Reverend Andrew Forsthoefel is a writer, an ordained interfaith minister, and the Restorative Practice Systems Specialist for the Cumberland County Public Health Department in Portland, Maine. He works with schools to co-create and implement restorative practice cultures and restorative justice systems. On the side, he gives keynotes; writes a bimonthly Substack newsletter called The Little Courtyard; and tends a small private practice, offering spiritual direction for individuals and consultation for non-profits and schools. Author of the critically acclaimed coming-of-age memoir, “Walking to Listen,” Andrew is currently working on his second book, a memoir focused on masculinity. 

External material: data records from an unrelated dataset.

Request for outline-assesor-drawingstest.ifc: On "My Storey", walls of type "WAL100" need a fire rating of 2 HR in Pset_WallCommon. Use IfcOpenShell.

First a look at what the model holds.

```python
import ifcopenshell
import ifcopenshell.util.element

model = ifcopenshell.open("outline-assesor-drawingstest.ifc")
print(model.schema)
storey = next(s for s in model.by_type("IfcBuildingStorey") if s.Name == "My Storey")
walls = [e for e in ifcopenshell.util.element.get_decomposition(storey) if e.is_a("IfcWall")]
seen = {}
for e in walls:
    element_type = ifcopenshell.util.element.get_type(e)
    key = (element_type.Name if element_type != e and element_type else None, ifcopenshell.util.element.get_pset(e, "Pset_WallCommon", "FireRating"))
    seen[key] = seen.get(key, 0) + 1
for (name, value), count in sorted(seen.items(), key=str):
    print(count, "x", name, "|", value)
```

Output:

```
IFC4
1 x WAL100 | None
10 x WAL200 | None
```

```python
import ifcopenshell
import ifcopenshell.api.pset
import ifcopenshell.util.element

model = ifcopenshell.open("outline-assesor-drawingstest.ifc")

storey = next(s for s in model.by_type("IfcBuildingStorey") if s.Name == "My Storey")
walls = [e for e in ifcopenshell.util.element.get_decomposition(storey) if e.is_a("IfcWall")]

count = 0
for e in walls:
    element_type = ifcopenshell.util.element.get_type(e)
    if element_type in (None, e) or element_type.Name != "WAL100":
        continue
    # add_pset returns the element's existing set when there is one.
    pset = ifcopenshell.api.pset.add_pset(model, product=e, name="Pset_WallCommon")
    ifcopenshell.api.pset.edit_pset(model, pset=pset, properties={"FireRating": "2 HR"})
    count += 1

print(count, "walls updated")

model.write("outline-assesor-drawingstest-out.ifc")
```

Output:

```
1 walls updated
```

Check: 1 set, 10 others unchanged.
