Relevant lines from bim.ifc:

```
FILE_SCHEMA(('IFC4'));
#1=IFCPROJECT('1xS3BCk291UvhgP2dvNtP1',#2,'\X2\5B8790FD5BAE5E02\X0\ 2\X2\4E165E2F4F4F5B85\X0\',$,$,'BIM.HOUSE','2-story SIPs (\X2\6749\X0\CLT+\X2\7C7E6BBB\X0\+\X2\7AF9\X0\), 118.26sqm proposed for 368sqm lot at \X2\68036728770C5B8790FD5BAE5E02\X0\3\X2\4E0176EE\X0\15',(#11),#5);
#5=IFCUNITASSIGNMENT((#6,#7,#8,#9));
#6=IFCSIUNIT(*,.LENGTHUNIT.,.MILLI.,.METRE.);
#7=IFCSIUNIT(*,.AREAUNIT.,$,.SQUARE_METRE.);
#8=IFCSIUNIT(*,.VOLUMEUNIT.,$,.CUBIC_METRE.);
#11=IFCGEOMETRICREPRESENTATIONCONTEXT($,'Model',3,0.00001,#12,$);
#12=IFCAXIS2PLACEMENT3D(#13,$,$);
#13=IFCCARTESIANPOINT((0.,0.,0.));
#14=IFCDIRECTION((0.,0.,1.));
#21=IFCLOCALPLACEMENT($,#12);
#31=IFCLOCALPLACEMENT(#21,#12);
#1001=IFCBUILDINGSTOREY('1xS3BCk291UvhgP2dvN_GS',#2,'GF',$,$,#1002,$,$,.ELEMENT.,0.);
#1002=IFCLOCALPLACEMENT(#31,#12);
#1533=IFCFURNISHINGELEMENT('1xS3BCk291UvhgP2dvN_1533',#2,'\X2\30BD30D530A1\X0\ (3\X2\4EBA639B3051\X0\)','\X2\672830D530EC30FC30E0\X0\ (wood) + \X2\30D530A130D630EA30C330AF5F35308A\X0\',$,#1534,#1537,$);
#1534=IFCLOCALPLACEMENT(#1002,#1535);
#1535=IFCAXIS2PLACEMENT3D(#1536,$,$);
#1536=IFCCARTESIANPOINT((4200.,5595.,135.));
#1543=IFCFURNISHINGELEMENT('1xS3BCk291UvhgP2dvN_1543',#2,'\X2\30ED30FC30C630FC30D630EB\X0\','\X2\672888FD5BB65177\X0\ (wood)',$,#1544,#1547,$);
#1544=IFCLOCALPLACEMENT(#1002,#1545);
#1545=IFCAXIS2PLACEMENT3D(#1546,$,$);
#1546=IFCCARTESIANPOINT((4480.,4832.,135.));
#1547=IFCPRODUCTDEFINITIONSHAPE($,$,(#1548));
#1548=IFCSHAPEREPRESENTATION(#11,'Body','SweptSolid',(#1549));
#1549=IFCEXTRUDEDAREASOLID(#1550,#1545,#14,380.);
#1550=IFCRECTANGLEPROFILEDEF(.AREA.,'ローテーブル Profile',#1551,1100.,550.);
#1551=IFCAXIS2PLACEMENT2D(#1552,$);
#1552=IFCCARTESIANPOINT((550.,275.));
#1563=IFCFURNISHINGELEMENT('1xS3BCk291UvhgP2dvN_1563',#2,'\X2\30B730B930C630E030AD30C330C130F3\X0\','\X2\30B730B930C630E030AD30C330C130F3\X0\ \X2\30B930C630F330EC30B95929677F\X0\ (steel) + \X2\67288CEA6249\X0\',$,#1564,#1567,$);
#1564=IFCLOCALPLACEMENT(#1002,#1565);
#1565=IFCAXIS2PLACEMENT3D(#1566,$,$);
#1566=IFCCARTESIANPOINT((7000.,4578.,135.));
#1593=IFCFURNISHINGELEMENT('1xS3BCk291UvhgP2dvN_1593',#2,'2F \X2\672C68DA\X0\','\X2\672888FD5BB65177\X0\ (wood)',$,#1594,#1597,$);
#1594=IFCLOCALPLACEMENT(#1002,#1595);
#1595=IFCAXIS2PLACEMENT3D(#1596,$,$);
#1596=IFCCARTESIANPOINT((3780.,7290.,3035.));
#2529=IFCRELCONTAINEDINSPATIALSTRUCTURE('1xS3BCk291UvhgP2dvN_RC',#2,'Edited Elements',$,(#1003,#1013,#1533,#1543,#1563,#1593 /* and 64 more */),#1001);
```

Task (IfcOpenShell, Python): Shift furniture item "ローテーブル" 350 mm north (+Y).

```python
import ifcopenshell
import ifcopenshell.api.geometry
import ifcopenshell.util.placement

model = ifcopenshell.open("bim.ifc")

item = model.by_guid("1xS3BCk291UvhgP2dvN_1543")
matrix = ifcopenshell.util.placement.get_local_placement(item.ObjectPlacement)
matrix[1, 3] += 350.0
ifcopenshell.api.geometry.edit_object_placement(model, product=item, matrix=matrix, is_si=False)

print(ifcopenshell.util.placement.get_local_placement(item.ObjectPlacement).round(3) + 0.0)

model.write("bim-out.ifc")
```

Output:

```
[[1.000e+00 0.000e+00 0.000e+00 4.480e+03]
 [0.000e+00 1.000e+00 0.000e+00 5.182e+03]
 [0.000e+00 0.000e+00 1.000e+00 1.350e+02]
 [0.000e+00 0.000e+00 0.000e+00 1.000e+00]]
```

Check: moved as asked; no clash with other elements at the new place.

Andrew’s writing, ministry, and restorative work are supported by more than ten years of training and with two primary mentors: Therese Jornlin, a master contemplative teacher and facilitator, and Darryl Slim, a respected medicine man in the Diné hózhó (beautyway) tradition. Andrew’s work is also informed by his year-long initiation in 2011-2012, walking from Philadelphia to San Francisco.

He comes from Northern European lineages, is fully American, and lives with his wife, Tana, and their beloved dog, Rose, in midcoast Maine, ancestral homeland of the sovereign tribes of the Wabanaki Confederacy, the People of the Dawnland, in that part of the Earth now known as the United States of America.